Holding your hand and walking through the meadows, we laughed.
I found myself. I found you.
We conversed and expressed eachother's philosophies, understanding only one thing we knew that no other in the world could.
There was a shadow of silence.
I slipped into your arms and began to sob. I never wanted this to end. You held me closely and we kissed. I curled up inside your arms and we fell. I knew nothing would ever be that way again. Our minds were full of the last bit of comfort that existed. Only a few hours that seemed like forever passed before us.

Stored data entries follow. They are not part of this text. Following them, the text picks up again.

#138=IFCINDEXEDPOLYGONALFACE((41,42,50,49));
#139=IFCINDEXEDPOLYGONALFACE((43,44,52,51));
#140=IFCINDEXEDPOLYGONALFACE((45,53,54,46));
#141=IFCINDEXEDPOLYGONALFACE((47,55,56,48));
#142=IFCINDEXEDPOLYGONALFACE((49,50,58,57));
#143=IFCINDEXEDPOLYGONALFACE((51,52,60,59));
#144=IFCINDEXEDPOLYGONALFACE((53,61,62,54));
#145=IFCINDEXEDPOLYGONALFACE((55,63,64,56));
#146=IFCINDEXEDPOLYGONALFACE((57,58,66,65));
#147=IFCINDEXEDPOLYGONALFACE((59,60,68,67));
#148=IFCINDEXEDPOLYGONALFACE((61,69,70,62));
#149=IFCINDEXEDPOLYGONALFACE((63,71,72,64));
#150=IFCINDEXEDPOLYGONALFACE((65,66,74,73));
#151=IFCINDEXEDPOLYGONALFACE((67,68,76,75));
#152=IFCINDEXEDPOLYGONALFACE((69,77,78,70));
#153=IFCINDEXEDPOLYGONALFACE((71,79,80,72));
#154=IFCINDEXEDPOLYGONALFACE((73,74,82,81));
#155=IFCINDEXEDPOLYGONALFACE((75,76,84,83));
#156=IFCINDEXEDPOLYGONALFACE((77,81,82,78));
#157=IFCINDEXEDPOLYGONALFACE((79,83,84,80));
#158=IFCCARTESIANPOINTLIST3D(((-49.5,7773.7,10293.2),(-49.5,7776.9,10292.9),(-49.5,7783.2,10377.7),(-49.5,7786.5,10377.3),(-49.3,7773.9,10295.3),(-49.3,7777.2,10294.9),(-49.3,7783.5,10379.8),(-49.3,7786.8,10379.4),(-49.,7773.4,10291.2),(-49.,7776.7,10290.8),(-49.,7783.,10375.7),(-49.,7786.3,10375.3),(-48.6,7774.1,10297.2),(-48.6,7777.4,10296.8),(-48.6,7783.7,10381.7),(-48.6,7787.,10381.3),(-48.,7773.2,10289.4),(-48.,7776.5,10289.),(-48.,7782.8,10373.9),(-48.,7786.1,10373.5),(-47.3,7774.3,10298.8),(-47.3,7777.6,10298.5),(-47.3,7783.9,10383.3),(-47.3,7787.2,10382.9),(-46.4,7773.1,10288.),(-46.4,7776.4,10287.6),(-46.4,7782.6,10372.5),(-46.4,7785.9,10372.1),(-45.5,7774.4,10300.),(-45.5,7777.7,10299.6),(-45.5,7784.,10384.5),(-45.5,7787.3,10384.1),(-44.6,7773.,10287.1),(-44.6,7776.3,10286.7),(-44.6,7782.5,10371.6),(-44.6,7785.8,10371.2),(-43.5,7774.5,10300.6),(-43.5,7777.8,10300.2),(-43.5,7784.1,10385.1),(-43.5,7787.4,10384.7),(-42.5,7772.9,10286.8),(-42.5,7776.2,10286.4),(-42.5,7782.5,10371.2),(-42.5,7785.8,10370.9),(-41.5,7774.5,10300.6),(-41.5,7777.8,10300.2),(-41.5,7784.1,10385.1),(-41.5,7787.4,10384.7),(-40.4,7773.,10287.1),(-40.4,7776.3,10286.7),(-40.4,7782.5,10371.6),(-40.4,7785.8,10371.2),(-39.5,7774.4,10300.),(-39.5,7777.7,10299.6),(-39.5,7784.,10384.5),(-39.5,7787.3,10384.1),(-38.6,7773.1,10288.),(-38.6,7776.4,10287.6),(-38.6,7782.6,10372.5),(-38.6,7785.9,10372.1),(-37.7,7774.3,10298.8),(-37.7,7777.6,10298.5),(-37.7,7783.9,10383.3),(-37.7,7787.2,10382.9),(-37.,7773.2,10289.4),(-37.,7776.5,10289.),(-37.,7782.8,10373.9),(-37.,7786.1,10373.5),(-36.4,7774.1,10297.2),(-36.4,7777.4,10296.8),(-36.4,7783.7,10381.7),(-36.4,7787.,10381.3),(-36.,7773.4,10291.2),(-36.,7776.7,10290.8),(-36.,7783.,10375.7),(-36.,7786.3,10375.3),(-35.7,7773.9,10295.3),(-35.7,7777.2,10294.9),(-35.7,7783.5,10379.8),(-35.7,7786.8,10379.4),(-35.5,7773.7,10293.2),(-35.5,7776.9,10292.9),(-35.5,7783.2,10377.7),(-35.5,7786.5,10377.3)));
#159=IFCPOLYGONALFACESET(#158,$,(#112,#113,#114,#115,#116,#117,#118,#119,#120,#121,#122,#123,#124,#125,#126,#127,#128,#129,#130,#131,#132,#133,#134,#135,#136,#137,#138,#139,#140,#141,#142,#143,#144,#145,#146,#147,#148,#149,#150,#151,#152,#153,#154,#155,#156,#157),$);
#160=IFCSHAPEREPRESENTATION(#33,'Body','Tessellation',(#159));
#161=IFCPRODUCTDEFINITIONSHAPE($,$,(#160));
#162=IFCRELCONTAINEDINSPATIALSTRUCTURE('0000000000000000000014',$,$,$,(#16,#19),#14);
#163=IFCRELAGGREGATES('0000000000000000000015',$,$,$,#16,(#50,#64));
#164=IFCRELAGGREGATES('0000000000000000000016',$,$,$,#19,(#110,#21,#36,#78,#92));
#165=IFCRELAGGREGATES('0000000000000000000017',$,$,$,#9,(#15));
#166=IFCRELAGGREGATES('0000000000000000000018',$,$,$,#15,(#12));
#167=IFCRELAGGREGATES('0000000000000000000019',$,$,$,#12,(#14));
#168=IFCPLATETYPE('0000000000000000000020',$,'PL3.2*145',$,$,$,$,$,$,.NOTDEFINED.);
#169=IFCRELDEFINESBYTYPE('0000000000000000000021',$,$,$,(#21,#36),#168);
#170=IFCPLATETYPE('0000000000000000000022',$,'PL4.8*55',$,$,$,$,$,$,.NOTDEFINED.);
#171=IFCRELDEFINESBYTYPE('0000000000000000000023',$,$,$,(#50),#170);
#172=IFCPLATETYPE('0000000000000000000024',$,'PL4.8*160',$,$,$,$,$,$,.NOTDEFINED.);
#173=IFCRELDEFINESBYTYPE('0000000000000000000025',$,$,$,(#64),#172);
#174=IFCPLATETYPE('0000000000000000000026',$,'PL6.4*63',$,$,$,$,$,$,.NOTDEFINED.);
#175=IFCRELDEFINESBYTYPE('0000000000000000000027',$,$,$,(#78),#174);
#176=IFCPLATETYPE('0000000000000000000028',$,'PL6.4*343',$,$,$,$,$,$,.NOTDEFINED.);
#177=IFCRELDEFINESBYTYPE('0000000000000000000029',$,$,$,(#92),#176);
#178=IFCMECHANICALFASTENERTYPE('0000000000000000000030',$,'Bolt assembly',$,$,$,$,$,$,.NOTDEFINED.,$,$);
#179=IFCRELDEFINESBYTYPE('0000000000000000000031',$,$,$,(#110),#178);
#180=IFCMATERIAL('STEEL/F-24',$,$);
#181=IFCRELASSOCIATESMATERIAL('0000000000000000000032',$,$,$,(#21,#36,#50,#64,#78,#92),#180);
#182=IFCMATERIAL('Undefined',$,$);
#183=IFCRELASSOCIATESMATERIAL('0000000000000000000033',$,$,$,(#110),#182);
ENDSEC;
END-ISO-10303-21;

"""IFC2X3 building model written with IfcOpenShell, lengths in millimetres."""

I became blinded and could not see. I wondered why you'd abandoned me. I opened my soul and expressed my innermost feelings, deepest secrets and all that I was. We'd become so comfortable with eachother that there was nothing left... nothing more to discover or renew, nothing we could feel except pain, loss and confusion. I found myself devouring all hope and scraping out what was left of my essentially lost heart.
If there was any peace left, I'd despair. I knew this world was beautiful, but I could not understand. I could only feel the deep sorrow you left with me. I long for what we had, yet now it is my time to go, as I have no place here.
In these last words I solemnly say and write with the smallest glimpse of energy I have left, I love you.